Adenovirus-Mediated Human Tissue Kallikrein Gene Delivery Inhibits Neointima Formation Induced by Interruption of Blood Flow in Mice

Tissue kallikrein cleaves kininogen to produce vasoactive kinin peptides. Binding of kinins to bradykinin B(2) receptors on vascular endothelial cells stimulates the release of nitric oxide and prostacyclin, thus activating the cGMP and cAMP pathways. In this study, we evaluated the effects of adenovirus-mediated human tissue kallikrein gene (Ad.CMV-cHK) delivery in a mouse model of arterial remodeling induced by permanent alteration in shear stress conditions. Mice underwent ligature of the left common carotid artery and were injected intravenously with saline or 1.8 x 10(9) plaque-forming units of Ad.CMV-cHK or control virus (Ad.CMV-LacZ). Fourteen days after surgery, morphometric analysis revealed that Ad. CMV-cHK reduced neointima formation by 52% (P<0.05) compared with Ad. CMV-LacZ. Expression of human tissue kallikrein (HK) mRNA was detected in mouse carotid artery, aorta, kidney, heart, and liver, and recombinant HK was present in the urine and plasma of mice receiving HK gene. Kallikrein gene transfer resulted in increases in urinary kinin, cGMP, and cAMP levels. The protective action of Ad. CMV-cHK on neointima formation was significantly reduced (P<0.05) in mice with knockout of the kinin B(2) receptor gene compared with wild-type control mice (J129Sv mice). In contrast, the effect of Ad. CMV-cHK was amplified (P<0.05) in transgenic mice overexpressing human B(2) receptor compared with wild-type control mice (c57/Bl6 mice). Thus, the inhibitory effect of recombinant kallikrein on structural alterations caused by the interruption of blood flow appears to be mediated by the B(2) receptor. These results provide new insight into the role of the tissue kallikrein-kinin system in vascular remodeling and suggest the application of HK gene therapy to treat restenosis and atherosclerosis.

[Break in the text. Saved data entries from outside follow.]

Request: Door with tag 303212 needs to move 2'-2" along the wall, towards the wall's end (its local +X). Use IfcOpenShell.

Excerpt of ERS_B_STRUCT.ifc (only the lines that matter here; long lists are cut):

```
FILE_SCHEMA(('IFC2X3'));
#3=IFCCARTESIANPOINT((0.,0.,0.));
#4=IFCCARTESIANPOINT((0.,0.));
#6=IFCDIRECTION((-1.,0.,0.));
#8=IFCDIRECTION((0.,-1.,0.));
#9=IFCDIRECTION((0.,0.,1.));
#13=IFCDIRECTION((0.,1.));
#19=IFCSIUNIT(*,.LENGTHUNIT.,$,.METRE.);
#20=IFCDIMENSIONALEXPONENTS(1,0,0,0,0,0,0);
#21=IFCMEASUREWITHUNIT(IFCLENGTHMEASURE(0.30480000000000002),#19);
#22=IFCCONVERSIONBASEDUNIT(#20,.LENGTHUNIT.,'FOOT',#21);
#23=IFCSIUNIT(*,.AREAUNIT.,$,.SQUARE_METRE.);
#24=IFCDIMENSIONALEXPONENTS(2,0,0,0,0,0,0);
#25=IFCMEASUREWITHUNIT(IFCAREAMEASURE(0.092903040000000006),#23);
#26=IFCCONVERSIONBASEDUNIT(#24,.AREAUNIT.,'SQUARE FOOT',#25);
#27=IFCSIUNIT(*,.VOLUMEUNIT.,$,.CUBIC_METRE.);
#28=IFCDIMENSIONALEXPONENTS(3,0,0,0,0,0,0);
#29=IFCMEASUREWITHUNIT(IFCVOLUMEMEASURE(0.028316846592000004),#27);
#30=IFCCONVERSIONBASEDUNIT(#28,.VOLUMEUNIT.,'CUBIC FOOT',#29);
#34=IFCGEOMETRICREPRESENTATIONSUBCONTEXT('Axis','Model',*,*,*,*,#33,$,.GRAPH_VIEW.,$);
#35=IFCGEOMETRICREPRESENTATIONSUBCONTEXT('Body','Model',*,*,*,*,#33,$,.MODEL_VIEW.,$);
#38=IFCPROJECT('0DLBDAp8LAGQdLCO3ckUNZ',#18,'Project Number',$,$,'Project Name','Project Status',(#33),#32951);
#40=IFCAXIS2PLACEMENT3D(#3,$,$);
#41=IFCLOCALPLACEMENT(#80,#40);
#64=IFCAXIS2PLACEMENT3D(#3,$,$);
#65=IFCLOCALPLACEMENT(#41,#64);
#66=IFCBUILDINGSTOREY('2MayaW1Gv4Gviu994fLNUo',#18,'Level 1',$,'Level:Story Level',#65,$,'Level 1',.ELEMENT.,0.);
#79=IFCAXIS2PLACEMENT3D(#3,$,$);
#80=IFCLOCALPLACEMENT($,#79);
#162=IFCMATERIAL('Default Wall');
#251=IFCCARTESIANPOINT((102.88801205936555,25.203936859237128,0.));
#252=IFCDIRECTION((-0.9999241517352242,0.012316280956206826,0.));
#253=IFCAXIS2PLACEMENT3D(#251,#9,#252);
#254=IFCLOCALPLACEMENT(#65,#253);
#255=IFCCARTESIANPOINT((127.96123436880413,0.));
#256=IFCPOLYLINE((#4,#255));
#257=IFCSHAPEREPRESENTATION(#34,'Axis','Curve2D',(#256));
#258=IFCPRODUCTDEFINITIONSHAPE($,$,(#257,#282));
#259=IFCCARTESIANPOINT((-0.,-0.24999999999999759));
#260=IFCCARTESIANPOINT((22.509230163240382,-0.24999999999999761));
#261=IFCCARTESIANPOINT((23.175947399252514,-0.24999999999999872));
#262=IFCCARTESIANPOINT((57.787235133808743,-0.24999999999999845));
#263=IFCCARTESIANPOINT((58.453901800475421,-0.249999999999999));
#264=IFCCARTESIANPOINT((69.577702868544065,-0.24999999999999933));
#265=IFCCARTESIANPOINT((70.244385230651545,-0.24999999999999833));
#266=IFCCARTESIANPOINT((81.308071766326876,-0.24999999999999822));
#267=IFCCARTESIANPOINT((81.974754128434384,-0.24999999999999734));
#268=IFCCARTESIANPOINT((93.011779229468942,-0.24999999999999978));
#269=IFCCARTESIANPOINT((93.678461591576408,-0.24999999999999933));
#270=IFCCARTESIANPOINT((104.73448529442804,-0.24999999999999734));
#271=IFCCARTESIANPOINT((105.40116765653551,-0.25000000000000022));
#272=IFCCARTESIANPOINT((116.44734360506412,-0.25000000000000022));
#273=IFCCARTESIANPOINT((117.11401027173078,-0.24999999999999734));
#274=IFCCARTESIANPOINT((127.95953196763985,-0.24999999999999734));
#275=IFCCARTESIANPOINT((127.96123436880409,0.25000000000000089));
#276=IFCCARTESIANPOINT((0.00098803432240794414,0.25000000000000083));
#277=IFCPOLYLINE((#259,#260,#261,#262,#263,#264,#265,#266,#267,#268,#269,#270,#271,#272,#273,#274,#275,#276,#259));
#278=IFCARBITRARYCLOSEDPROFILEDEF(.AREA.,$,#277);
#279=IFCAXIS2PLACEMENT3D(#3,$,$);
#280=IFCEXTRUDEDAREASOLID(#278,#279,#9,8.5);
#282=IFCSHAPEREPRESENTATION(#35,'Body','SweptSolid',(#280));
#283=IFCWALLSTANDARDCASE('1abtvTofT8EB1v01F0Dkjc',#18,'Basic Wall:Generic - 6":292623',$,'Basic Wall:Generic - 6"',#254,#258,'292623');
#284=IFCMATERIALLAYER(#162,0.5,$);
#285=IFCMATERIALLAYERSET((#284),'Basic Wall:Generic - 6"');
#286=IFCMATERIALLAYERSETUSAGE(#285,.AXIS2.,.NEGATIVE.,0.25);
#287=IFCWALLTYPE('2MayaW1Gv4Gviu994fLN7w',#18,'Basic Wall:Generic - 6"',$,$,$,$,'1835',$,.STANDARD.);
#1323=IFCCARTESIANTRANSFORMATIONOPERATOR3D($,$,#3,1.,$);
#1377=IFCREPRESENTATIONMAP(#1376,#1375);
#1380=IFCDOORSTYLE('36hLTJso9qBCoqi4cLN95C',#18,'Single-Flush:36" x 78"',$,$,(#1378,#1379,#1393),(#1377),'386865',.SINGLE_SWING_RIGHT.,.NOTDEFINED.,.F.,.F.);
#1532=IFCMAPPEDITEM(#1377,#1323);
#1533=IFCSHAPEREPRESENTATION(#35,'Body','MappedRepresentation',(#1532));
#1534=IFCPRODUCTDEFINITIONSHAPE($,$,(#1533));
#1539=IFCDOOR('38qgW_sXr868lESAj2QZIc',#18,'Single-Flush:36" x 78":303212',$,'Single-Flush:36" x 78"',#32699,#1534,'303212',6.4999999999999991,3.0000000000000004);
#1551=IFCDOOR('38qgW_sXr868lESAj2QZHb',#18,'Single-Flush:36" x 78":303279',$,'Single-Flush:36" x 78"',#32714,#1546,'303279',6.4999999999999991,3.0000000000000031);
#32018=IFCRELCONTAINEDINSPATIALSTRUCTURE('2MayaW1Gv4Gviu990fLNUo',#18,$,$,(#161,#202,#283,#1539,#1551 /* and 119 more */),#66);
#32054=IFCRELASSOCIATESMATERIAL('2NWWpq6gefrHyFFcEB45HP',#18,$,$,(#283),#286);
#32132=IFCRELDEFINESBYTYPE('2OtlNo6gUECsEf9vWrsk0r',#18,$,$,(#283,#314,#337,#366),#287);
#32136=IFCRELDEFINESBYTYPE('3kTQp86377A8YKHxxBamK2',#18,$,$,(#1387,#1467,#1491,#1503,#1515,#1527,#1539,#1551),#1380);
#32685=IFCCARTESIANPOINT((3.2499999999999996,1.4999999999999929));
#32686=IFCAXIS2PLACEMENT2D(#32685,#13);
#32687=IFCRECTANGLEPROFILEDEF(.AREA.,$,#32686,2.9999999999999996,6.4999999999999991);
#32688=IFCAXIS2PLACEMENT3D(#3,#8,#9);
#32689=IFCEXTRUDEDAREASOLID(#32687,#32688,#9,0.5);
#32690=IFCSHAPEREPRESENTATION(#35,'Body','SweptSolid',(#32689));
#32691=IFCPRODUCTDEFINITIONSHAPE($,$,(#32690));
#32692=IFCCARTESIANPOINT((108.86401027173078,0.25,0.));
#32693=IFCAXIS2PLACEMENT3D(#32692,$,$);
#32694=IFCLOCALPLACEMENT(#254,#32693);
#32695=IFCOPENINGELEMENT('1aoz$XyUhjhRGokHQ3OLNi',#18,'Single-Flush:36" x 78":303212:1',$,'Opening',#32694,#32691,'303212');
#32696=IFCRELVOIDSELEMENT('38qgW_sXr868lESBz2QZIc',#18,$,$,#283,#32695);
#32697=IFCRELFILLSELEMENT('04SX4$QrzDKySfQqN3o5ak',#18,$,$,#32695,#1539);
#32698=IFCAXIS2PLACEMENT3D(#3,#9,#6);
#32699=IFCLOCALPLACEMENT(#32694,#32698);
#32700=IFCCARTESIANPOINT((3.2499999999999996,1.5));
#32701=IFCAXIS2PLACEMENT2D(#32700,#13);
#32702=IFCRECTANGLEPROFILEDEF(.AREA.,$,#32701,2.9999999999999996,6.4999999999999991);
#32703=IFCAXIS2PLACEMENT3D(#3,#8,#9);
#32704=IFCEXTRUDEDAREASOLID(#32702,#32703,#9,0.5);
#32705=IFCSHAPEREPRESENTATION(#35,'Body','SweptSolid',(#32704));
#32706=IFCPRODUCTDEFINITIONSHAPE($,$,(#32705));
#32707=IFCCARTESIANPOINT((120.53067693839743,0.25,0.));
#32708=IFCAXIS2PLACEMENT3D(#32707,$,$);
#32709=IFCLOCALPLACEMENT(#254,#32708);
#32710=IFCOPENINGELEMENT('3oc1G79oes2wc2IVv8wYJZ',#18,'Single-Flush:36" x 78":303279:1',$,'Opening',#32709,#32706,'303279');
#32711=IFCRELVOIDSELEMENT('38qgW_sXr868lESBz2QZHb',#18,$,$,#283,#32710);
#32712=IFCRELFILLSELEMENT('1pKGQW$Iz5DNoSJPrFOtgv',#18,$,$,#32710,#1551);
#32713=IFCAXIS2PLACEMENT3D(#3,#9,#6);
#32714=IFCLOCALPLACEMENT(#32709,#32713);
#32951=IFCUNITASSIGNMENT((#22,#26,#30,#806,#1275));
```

```python
import ifcopenshell
import ifcopenshell.api.geometry
import ifcopenshell.util.placement
import ifcopenshell.util.unit

model = ifcopenshell.open("ERS_B_STRUCT.ifc")
unit_scale = ifcopenshell.util.unit.calculate_unit_scale(model)

door = model.by_guid("38qgW_sXr868lESAj2QZIc")
opening = door.FillsVoids[0].RelatingOpeningElement
wall = opening.VoidsElements[0].RelatingBuildingElement

wall_matrix = ifcopenshell.util.placement.get_local_placement(wall.ObjectPlacement)
shift = wall_matrix[:3, 0] * 26 * 0.0254 / unit_scale
before = ifcopenshell.util.placement.get_local_placement(door.ObjectPlacement)[:3, 3].copy()

# The door is placed relative to its opening, so it follows when the opening moves.
matrix = ifcopenshell.util.placement.get_local_placement(opening.ObjectPlacement)
matrix[:3, 3] += shift
ifcopenshell.api.geometry.edit_object_placement(
    model, product=opening, matrix=matrix, is_si=False, should_transform_children=True
)

after = ifcopenshell.util.placement.get_local_placement(door.ObjectPlacement)[:3, 3]
print("door moved by", (after - before).round(3) + 0.0)

model.write("ERS_B_STRUCT_edited.ifc")
```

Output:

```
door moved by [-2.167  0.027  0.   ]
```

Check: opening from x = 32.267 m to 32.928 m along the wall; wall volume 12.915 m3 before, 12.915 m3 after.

Human tissue kallikrein attenuates hypertension and secretes into circulation and urine after intramuscular gene delivery in hypertensive rats

Systemic delivery of the human tissue kallikrein transgene has been shown to markedly delay the increase of blood pressure in hypertensive rat models. To demonstrate potential hypotensive effects of kallikrein via local delivery, adenovirus carrying the human tissue kallikrein gene was inoculated into quadriceps of spontaneously hypertensive rats (SHR). A single intramuscular injection of the kallikrein gene caused a significant delay of blood pressure increase for 5 weeks. The expression of human tissue kallikrein and its mRNA was identified solely in injected muscle. Immunoreactive human tissue kallikrein was detected in the muscle as well as in the circulation and urine of adult and newborn rats. Urinary kinin and cGMP levels increased significantly in rats receiving kallikrein gene delivery as compared with rats receiving control virus containing the LacZ gene. The detection of human tissue kallikrein in rat urine after local gene delivery into the muscle provides direct evidence that circulatory kallikrein can be secreted into the urine. These findings indicated that a continuous supply of human tissue kallikrein in the circulation is sufficient to reduce blood pressure and kallikrein gene delivery via the intramuscular route may have significant implications in therapeutic applications.